Thursday, October 18th, 2018, at 7:00 p.m.
Every month, films from the Library’s collection are shown at the Mary Pickford Theater in the James Madison building, ranging from titles newly preserved by the National Audio Visual Conservation Center film lab, classics from the National Film Registry, and lesser known titles worthy of discovery.
This month we present Only Yesterday:
ONLY YESTERDAY (Universal, 1933). Directed by John M. Stahl. Screenplay by William Hurlbut, Arthur Richman and George O’Neill, based on the book of the same name by Frederick Lewis Allen. With Margaret Sullavan, John Boles, Edna May Oliver, Billie Burke, Benita Hume, Reginald Denny. (104 min, black & white, 35mm).
A powerful pre-code melodrama chronicling the love of a single mother for the man who had fathered her child and then forgot her.
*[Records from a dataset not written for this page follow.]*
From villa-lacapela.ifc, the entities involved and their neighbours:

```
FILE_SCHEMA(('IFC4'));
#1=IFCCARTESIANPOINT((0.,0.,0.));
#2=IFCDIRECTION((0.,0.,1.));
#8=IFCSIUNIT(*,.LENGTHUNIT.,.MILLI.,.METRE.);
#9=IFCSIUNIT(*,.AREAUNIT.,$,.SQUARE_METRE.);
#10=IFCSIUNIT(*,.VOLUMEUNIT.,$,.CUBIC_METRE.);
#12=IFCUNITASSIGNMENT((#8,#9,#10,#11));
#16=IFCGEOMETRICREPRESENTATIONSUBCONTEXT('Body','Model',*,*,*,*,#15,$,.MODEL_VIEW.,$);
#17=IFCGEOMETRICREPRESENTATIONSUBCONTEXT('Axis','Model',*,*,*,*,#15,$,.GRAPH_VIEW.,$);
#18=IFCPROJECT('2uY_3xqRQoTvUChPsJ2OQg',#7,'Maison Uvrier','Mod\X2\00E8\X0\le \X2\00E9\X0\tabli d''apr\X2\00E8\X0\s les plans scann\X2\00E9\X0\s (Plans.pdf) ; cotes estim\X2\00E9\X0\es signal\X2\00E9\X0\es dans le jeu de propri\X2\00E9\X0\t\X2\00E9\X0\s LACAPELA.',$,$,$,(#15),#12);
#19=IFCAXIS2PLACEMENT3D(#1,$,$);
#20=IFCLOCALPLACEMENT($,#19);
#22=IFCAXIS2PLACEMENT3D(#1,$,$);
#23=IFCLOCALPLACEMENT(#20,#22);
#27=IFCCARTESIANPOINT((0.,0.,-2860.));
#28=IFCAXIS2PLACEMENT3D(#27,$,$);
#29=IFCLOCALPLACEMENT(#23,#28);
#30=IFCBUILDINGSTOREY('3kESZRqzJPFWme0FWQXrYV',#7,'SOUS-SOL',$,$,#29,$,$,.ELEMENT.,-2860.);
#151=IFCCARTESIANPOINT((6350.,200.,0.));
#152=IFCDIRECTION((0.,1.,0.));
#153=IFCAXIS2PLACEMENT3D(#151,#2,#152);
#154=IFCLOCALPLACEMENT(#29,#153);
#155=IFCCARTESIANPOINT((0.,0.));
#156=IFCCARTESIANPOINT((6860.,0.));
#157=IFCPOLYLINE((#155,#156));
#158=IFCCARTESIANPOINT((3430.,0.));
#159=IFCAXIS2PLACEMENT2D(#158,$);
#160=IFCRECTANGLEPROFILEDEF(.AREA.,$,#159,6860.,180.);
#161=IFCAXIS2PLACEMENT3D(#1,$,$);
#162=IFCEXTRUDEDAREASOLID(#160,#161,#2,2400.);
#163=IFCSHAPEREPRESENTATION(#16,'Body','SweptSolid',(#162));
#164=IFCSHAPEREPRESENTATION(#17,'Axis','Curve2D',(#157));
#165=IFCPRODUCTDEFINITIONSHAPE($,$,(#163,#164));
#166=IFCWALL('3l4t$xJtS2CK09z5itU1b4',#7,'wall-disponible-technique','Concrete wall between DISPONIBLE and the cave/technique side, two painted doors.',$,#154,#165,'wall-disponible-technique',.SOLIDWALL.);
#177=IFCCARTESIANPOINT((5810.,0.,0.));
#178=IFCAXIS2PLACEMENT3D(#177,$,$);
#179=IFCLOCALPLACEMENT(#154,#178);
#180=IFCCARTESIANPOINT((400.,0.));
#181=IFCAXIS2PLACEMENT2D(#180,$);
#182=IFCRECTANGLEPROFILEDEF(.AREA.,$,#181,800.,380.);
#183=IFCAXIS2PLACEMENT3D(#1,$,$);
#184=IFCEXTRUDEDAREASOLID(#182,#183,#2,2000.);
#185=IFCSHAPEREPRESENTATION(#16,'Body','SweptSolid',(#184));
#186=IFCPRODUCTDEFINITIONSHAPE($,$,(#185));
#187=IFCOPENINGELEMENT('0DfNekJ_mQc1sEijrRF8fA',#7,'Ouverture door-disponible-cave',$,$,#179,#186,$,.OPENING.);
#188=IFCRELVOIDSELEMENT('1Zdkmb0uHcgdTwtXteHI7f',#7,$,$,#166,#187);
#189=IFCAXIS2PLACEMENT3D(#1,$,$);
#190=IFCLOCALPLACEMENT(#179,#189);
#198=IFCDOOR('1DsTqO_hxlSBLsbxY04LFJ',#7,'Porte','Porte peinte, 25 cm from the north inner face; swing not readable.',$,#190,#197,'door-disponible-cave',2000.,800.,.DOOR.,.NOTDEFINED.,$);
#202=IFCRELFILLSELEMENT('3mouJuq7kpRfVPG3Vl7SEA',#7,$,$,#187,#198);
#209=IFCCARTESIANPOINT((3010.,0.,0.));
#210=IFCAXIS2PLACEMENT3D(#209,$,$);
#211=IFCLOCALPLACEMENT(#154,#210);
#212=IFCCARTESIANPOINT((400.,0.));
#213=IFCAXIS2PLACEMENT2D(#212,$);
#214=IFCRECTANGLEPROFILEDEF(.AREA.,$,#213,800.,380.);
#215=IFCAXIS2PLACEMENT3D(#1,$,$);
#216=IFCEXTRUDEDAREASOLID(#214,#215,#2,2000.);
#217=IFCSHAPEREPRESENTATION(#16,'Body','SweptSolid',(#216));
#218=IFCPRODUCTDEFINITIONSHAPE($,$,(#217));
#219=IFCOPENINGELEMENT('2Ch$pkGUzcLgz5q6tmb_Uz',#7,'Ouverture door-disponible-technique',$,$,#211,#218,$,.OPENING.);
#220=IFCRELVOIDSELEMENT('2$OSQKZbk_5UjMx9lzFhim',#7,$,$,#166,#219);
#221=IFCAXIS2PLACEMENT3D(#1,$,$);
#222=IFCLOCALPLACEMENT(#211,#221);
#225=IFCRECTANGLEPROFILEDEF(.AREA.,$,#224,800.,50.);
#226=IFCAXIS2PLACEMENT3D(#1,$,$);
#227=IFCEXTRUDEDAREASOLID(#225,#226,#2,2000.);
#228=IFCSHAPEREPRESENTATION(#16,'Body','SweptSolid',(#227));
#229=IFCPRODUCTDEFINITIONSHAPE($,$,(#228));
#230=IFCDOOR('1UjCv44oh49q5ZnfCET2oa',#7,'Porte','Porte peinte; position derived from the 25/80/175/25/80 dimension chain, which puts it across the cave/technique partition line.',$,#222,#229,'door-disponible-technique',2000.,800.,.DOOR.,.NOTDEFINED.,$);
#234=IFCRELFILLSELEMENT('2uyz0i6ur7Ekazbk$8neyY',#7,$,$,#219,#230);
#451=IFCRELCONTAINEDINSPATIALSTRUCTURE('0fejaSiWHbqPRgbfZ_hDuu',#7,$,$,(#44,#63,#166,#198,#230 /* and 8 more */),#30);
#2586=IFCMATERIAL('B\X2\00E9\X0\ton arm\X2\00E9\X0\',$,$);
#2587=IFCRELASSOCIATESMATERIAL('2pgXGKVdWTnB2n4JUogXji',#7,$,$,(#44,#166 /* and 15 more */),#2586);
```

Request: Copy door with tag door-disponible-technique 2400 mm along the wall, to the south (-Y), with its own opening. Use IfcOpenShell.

```python
import ifcopenshell
import ifcopenshell.api.feature
import ifcopenshell.api.geometry
import ifcopenshell.api.root
import ifcopenshell.geom
import ifcopenshell.util.element
import ifcopenshell.util.placement
import ifcopenshell.util.shape

model = ifcopenshell.open("villa-lacapela.ifc")
settings = ifcopenshell.geom.settings()


def volume(element):
    """Net volume in cubic metres, openings subtracted."""
    shape = ifcopenshell.geom.create_shape(settings, element)
    return ifcopenshell.util.shape.get_volume(shape.geometry)


def reuse_history(source, copy):
    """copy_class also copies each property set's owner history, people and application; keep the originals."""
    for rel in copy.IsDefinedBy:
        if rel.is_a("IfcRelDefinesByProperties") and (history := rel.RelatingPropertyDefinition.OwnerHistory):
            rel.RelatingPropertyDefinition.OwnerHistory = source.OwnerHistory
            ifcopenshell.util.element.remove_deep2(model, history)


door = model.by_guid("1UjCv44oh49q5ZnfCET2oa")
opening = door.FillsVoids[0].RelatingOpeningElement
wall = opening.VoidsElements[0].RelatingBuildingElement
before = volume(wall)
shift = ifcopenshell.util.placement.get_local_placement(wall.ObjectPlacement)[:3, 0] * -2400.0

# copy_class copies the void relationship, type, container and properties, but no geometry.
new_opening = ifcopenshell.api.root.copy_class(model, product=opening)
new_opening.Representation = ifcopenshell.util.element.copy_deep(
    model, opening.Representation, exclude=["IfcGeometricRepresentationContext", "IfcRepresentationMap"]
)
new_door = ifcopenshell.api.root.copy_class(model, product=door)
new_door.Representation = ifcopenshell.util.element.copy_deep(
    model, door.Representation, exclude=["IfcGeometricRepresentationContext", "IfcRepresentationMap"]
)
new_door.Tag = None
reuse_history(door, new_door)
ifcopenshell.api.feature.add_filling(model, opening=new_opening, element=new_door)

for old, new in ((opening, new_opening), (door, new_door)):
    matrix = ifcopenshell.util.placement.get_local_placement(old.ObjectPlacement)
    matrix[:3, 3] += shift
    ifcopenshell.api.geometry.edit_object_placement(model, product=new, matrix=matrix, is_si=False)

after = volume(wall)

print(f"wall volume {before:.3f} -> {after:.3f} m3")

model.write("villa-lacapela_edited.ifc")
```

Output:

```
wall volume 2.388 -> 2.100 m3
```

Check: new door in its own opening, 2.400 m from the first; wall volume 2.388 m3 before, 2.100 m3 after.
Spanning the period from 1917 and America’s entry into World War I to the stock market crash of 1929, the film was nominally based on a bestselling social history of 1920’s America by the editor of Harper’s Magazine. Unofficially, however, the story was adapted from Austrian author Stefan Zweig’s novella “Letter from an Unknown Woman,” which fifteen years later would serve as the source for Max Ophüls’s celebrated film of the same name. “Only Yesterday” marked the film debut of Broadway actress Margaret Sullavan and is undoubtedly one of the finest achievements of director John M. Stahl, “the master of melodrama” best known for a series of sophisticated women’s pictures produced at Universal in the 1930’s. Preserved in 2016 by the Library of Congress Packard Campus Film Preservation Lab from original nitrate negatives in the AFI/Universal Pictures Collection.
Seating is on a first-come first-serve basis. Doors open at 6:30 pm.
For more information on our programs, please visit the Mary Pickford Theater website.
The Mary Pickford Theater is located on the 3rd floor of the Library of Congress James Madison Building, 101 Independence Ave. SE, Washington, DC, 20540.